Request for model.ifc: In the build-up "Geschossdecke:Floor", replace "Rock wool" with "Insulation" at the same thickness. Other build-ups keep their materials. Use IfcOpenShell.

First a look at what the model holds.

```python
import ifcopenshell
import ifcopenshell.util.element

model = ifcopenshell.open("model.ifc")
print(model.schema)
for layer_set in model.by_type("IfcMaterialLayerSet"):
    if layer_set.LayerSetName == "Geschossdecke:Floor":
        for layer in layer_set.MaterialLayers:
            print(layer.id(), layer.Material and layer.Material.Name, layer.LayerThickness, sep=" | ")
        print(len(ifcopenshell.util.element.get_elements_by_material(model, layer_set)), "elements and types use it")
print(sorted(m.Name for m in model.by_type("IfcMaterial") if m.Name)[:60])
```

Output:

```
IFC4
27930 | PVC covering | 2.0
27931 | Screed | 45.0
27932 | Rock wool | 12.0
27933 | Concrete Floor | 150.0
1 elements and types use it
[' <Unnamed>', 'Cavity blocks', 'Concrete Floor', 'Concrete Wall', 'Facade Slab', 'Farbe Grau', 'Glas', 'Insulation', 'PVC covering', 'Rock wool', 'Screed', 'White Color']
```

```python
import ifcopenshell
import ifcopenshell.api.material

model = ifcopenshell.open("model.ifc")

layer_set = next(s for s in model.by_type("IfcMaterialLayerSet") if s.LayerSetName == "Geschossdecke:Floor")
layer = next(l for l in layer_set.MaterialLayers if l.Material and l.Material.Name == "Rock wool")
material = next(m for m in model.by_type("IfcMaterial") if m.Name == "Insulation")

# Point this one layer at the other material; renaming the old one would change it everywhere.
ifcopenshell.api.material.edit_layer(model, layer=layer, attributes={}, material=material)

print([l.Material.Name if l.Material else None for l in layer_set.MaterialLayers])

model.write("model-out.ifc")
```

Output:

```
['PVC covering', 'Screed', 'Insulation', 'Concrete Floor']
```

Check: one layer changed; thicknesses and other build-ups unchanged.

━━━━━━

● Problem to work on
From the entries above, copy each line holding "covering".

● Task result
27930 | PVC covering | 2.0
[' <Unnamed>', 'Cavity blocks', 'Concrete Floor', 'Concrete Wall', 'Facade Slab', 'Farbe Grau', 'Glas', 'Insulation', 'PVC covering', 'Rock wool', 'Screed', 'White Color']
['PVC covering', 'Screed', 'Insulation', 'Concrete Floor']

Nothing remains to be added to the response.